_Task item:_ From the data underneath, reproduce exactly the stretch that begins at the line with "#135=IFCINDEXEDPOLYGONALFACE((6,8,11,9));" and ends after the line with "#141=IFCINDEXEDPOLYGONALFACE((21,23,24,22));".

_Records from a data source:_
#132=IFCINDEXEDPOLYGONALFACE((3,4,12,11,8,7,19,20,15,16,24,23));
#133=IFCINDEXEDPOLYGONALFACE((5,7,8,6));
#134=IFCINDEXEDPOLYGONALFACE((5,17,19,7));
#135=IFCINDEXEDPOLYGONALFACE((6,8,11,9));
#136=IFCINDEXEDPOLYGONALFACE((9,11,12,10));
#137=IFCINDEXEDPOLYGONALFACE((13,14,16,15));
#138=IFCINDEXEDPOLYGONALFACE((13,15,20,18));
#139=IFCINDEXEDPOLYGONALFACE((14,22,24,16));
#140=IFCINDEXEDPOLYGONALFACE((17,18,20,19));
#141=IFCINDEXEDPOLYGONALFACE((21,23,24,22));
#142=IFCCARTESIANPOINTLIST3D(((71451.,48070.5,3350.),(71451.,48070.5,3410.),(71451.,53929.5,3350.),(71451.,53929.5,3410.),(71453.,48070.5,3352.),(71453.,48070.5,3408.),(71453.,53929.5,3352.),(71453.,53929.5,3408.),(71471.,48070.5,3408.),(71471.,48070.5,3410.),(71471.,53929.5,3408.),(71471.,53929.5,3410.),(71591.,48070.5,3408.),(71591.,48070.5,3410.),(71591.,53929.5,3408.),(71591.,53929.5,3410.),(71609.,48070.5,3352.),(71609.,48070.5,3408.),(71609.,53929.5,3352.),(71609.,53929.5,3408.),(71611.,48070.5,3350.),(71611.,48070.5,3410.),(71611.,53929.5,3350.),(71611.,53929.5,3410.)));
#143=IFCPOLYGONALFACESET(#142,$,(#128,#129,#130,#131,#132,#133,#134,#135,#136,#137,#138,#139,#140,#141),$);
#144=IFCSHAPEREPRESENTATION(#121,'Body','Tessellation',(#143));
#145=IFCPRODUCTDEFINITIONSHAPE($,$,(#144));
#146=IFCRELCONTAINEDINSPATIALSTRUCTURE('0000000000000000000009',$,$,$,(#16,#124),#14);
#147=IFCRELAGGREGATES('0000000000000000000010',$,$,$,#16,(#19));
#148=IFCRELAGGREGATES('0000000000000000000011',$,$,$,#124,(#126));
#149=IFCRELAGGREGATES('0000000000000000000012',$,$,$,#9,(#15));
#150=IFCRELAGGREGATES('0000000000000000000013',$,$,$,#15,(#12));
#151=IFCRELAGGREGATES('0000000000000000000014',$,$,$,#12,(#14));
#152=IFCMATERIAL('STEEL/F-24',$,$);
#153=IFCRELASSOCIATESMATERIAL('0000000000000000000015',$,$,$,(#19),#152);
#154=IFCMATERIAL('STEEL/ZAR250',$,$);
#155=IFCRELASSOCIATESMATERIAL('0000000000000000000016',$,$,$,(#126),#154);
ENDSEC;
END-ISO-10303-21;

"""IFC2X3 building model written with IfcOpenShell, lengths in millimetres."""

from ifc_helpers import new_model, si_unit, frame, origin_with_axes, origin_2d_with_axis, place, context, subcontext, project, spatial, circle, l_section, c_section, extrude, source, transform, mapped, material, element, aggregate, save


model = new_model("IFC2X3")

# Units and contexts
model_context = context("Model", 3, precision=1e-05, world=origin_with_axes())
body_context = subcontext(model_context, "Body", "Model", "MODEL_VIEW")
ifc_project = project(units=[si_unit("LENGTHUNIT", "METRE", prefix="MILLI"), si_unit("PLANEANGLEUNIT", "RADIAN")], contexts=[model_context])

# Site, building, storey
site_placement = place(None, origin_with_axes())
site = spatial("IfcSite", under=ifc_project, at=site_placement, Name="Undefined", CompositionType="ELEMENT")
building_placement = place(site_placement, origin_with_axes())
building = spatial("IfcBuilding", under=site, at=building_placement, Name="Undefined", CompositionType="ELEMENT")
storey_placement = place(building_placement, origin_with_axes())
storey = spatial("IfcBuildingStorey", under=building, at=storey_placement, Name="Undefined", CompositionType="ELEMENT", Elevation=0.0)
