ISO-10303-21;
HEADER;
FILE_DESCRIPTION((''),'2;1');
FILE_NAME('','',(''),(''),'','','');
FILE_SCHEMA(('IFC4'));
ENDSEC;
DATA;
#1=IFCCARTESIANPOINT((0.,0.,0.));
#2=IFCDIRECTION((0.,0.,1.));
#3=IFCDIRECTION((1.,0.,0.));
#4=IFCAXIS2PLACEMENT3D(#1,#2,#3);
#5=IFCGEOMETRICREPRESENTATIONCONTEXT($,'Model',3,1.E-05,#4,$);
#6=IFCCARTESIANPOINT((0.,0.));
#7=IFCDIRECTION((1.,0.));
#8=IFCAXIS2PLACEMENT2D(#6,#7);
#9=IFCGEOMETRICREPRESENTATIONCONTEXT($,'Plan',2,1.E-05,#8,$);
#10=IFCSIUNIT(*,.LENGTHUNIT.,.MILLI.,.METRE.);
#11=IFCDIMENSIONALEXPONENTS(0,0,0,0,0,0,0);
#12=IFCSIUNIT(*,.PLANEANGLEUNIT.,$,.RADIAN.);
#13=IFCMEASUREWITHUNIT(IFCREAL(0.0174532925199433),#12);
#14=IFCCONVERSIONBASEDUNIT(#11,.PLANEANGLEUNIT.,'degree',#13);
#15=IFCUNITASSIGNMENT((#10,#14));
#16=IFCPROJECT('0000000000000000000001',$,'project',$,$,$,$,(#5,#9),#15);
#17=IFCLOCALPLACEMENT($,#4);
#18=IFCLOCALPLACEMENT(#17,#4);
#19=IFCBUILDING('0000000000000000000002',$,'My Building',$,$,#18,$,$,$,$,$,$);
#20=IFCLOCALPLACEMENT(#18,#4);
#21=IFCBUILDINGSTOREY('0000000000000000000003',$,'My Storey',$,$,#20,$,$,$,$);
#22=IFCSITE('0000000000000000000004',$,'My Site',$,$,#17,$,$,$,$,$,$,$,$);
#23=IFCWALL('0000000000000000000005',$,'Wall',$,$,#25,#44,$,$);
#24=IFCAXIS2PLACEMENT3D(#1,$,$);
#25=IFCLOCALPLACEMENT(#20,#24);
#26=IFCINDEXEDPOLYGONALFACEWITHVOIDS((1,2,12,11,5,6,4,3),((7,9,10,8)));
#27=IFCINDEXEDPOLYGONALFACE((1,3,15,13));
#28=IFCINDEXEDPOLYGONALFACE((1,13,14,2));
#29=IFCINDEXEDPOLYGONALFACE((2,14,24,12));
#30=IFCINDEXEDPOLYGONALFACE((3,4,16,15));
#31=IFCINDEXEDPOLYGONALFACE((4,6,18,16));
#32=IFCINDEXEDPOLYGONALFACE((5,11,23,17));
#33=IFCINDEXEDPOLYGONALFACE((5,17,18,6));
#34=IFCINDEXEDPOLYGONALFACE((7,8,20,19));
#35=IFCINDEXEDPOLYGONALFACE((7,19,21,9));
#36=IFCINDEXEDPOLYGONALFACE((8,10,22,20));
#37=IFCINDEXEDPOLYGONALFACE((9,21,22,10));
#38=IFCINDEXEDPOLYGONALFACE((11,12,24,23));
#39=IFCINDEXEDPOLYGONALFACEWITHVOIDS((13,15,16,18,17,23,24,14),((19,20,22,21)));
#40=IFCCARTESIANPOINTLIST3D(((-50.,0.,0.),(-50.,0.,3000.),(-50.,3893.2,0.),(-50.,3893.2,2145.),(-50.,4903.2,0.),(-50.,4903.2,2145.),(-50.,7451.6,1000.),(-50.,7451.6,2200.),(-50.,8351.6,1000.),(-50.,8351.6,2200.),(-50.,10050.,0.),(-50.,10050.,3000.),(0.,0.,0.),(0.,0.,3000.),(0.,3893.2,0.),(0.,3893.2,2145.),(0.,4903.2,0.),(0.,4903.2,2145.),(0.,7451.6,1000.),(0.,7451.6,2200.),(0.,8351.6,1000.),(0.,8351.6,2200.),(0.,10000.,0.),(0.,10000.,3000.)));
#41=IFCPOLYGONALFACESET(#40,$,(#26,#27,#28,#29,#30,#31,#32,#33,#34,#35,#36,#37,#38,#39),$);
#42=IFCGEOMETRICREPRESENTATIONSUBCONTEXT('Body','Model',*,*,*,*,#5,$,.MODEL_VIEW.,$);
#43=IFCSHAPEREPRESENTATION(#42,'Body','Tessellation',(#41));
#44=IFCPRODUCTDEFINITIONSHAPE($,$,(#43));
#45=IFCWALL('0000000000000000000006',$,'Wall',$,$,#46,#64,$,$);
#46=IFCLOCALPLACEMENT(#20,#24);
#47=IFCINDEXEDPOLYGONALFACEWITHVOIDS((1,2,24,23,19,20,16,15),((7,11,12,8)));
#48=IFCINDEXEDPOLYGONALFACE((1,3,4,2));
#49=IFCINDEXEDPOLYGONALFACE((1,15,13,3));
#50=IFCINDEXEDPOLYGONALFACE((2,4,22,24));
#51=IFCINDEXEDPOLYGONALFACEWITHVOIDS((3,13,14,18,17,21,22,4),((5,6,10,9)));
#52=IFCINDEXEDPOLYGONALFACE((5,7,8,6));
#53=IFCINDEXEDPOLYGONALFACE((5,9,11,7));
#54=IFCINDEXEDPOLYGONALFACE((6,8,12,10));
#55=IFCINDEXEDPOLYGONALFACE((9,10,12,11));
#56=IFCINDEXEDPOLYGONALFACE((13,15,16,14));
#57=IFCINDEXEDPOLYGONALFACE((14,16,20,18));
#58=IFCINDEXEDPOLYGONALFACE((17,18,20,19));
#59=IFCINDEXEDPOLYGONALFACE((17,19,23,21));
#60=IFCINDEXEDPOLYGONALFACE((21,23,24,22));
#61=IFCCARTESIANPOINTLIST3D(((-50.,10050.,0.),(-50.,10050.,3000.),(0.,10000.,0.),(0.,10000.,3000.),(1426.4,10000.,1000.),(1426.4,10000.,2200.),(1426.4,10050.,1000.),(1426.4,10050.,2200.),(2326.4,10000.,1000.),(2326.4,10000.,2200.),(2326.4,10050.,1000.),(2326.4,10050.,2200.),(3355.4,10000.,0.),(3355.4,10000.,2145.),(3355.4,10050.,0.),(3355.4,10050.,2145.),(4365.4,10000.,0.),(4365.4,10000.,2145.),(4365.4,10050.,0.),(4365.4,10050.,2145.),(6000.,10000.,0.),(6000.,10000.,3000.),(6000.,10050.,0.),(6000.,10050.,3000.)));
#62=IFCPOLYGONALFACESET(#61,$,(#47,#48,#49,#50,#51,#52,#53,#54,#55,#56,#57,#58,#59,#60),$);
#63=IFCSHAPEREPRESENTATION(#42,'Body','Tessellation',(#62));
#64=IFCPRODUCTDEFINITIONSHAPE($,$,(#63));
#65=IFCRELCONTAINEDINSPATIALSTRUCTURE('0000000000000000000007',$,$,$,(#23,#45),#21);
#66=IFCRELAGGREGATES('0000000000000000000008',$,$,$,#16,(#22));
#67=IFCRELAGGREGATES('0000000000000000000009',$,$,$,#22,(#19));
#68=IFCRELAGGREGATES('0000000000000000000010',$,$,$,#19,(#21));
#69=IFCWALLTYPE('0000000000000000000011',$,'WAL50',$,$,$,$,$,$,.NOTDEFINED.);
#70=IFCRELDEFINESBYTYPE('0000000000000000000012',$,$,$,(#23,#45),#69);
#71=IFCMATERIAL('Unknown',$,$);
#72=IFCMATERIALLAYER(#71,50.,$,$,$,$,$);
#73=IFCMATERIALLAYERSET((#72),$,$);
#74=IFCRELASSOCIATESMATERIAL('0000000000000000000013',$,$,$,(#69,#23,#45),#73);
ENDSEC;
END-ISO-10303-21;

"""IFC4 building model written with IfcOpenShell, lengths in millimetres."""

from ifc_helpers import new_model, entity, si_unit, converted_unit, frame, origin_with_axes, origin_2d_with_axis, place, context, subcontext, project, spatial, line, indexed_curve, outline, extrude, source, transform, mapped, material, layer, layer_set, layer_usage, type_object, element, save


model = new_model("IFC4")

# Units and contexts
model_context = context("Model", 3, precision=1e-05, world=origin_with_axes())
plan_context = context("Plan", 2, precision=1e-05, world=origin_2d_with_axis())
body_context = subcontext(model_context, "Body", "Model", "MODEL_VIEW")
ifc_project = project(units=[si_unit("LENGTHUNIT", "METRE", prefix="MILLI"), converted_unit("PLANEANGLEUNIT", "degree", entity("IfcReal", 0.0174532925199433), si_unit("PLANEANGLEUNIT", "RADIAN"), dimensions=[0, 0, 0, 0, 0, 0, 0])], contexts=[model_context, plan_context])

# Site, building, storey
site_placement = place(None, origin_with_axes())
site = spatial("IfcSite", under=ifc_project, at=site_placement, Name="My Site")
building_placement = place(site_placement, origin_with_axes())
building = spatial("IfcBuilding", under=site, at=building_placement, Name="My Building")
storey_placement = place(building_placement, origin_with_axes())
storey = spatial("IfcBuildingStorey", under=building, at=storey_placement, Name="My Storey")

# Walls, openings
ifc_material = material(Name="Unknown")
ifc_layer = layer(ifc_material, 50.0)
ifc_layer_set = layer_set([ifc_layer])
ifc_layer_usage_1 = layer_usage(ifc_layer_set, "AXIS2", "POSITIVE", 0.0)
wall_type = type_object("IfcWallType", Name="WAL50", PredefinedType="NOTDEFINED", material=ifc_layer_set)
wall_1_placement = place(storey_placement, frame((0.0, 0.0, 0.0), z_axis=(0.0, 0.0, 1.0), x_axis=(0.0, 1.0, 0.0)))
wall_1 = element("IfcWall", 1, at=wall_1_placement, inside=storey, type_object=wall_type, material=ifc_layer_usage_1, Name="Wall", context=body_context, shape_type="SweptSolid", body=[
    extrude(outline(indexed_curve([(0.0, 0.0), (0.0, 50.0), (10050.0, 50.0), (10000.0, 0.0)], segments=[line(1, 2, 3, 4, 1)])), origin_with_axes(), (0.0, 0.0, 1.0), 3000.0),
])
shared_shape_1 = source(origin_with_axes(), body_context, "Body", "SweptSolid", [
    extrude(outline(indexed_curve([(0.0, 0.0), (1010.0, 0.0), (1010.0, 2145.0), (0.0, 2145.0)], segments=[line(1, 2, 3, 4, 1)])), frame((0.0, -600.0, 0.0), z_axis=(0.0, -1.0, 0.0), x_axis=(1.0, 0.0, 0.0)), (0.0, 0.0, -1.0), 1200.0),
])
opening_1_placement = place(wall_1_placement, frame((3893.2, 0.0, 0.0), z_axis=(0.0, 0.0, 1.0), x_axis=(1.0, 0.0, 0.0)))
element("IfcOpeningElement", 2, at=opening_1_placement, cuts=wall_1, PredefinedType="OPENING", context=body_context, shape_type="MappedRepresentation", body=[
    mapped(shared_shape_1, transform((0.0, 0.0, 0.0), x_axis=(1.0, 0.0, 0.0), y_axis=(0.0, 1.0, 0.0), z_axis=(0.0, 0.0, 1.0), scale=1.0)),
])
shared_shape_2 = source(origin_with_axes(), body_context, "Body", "SweptSolid", [
    extrude(outline(indexed_curve([(0.0, 0.0), (900.0, 0.0), (900.0, 1200.0), (0.0, 1200.0)], segments=[line(1, 2, 3, 4, 1)])), frame((0.0, -600.0, 0.0), z_axis=(0.0, -1.0, 0.0), x_axis=(1.0, 0.0, 0.0)), (0.0, 0.0, -1.0), 1200.0),
])
opening_2_placement = place(wall_1_placement, frame((7451.6, 0.0, 1000.0), z_axis=(0.0, 0.0, 1.0), x_axis=(1.0, 0.0, 0.0)))
element("IfcOpeningElement", 3, at=opening_2_placement, cuts=wall_1, PredefinedType="OPENING", context=body_context, shape_type="MappedRepresentation", body=[
    mapped(shared_shape_2, transform((0.0, 0.0, 0.0), x_axis=(1.0, 0.0, 0.0), y_axis=(0.0, 1.0, 0.0), z_axis=(0.0, 0.0, 1.0), scale=1.0)),
])
ifc_layer_usage_2 = layer_usage(ifc_layer_set, "AXIS2", "POSITIVE", 0.0)
wall_2_placement = place(storey_placement, frame((0.0, 10000.0, 0.0), z_axis=(0.0, 0.0, 1.0), x_axis=(1.0, 0.0, 0.0)))
wall_2 = element("IfcWall", 4, at=wall_2_placement, inside=storey, type_object=wall_type, material=ifc_layer_usage_2, Name="Wall", context=body_context, shape_type="SweptSolid", body=[
    extrude(outline(indexed_curve([(0.0, 0.0), (-50.0, 50.0), (6000.0, 50.0), (6000.0, 0.0)], segments=[line(1, 2, 3, 4, 1)])), origin_with_axes(), (0.0, 0.0, 1.0), 3000.0),
])
opening_3_placement = place(wall_2_placement, frame((3355.4, 0.0, 0.0), z_axis=(0.0, 0.0, 1.0), x_axis=(1.0, 0.0, 0.0)))
element("IfcOpeningElement", 5, at=opening_3_placement, cuts=wall_2, PredefinedType="OPENING", context=body_context, shape_type="MappedRepresentation", body=[
    mapped(shared_shape_1, transform((0.0, 0.0, 0.0), x_axis=(1.0, 0.0, 0.0), y_axis=(0.0, 1.0, 0.0), z_axis=(0.0, 0.0, 1.0), scale=1.0)),
])
opening_4_placement = place(wall_2_placement, frame((1426.4, 0.0, 1000.0), z_axis=(0.0, 0.0, 1.0), x_axis=(1.0, 0.0, 0.0)))
element("IfcOpeningElement", 6, at=opening_4_placement, cuts=wall_2, PredefinedType="OPENING", context=body_context, shape_type="MappedRepresentation", body=[
    mapped(shared_shape_2, transform((0.0, 0.0, 0.0), x_axis=(1.0, 0.0, 0.0), y_axis=(0.0, 1.0, 0.0), z_axis=(0.0, 0.0, 1.0), scale=1.0)),
])

save(model, "model.ifc")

_Solved problem:_
#135=IFCINDEXEDPOLYGONALFACE((6,8,11,9));
#136=IFCINDEXEDPOLYGONALFACE((9,11,12,10));
#137=IFCINDEXEDPOLYGONALFACE((13,14,16,15));
#138=IFCINDEXEDPOLYGONALFACE((13,15,20,18));
#139=IFCINDEXEDPOLYGONALFACE((14,22,24,16));
#140=IFCINDEXEDPOLYGONALFACE((17,18,20,19));
#141=IFCINDEXEDPOLYGONALFACE((21,23,24,22));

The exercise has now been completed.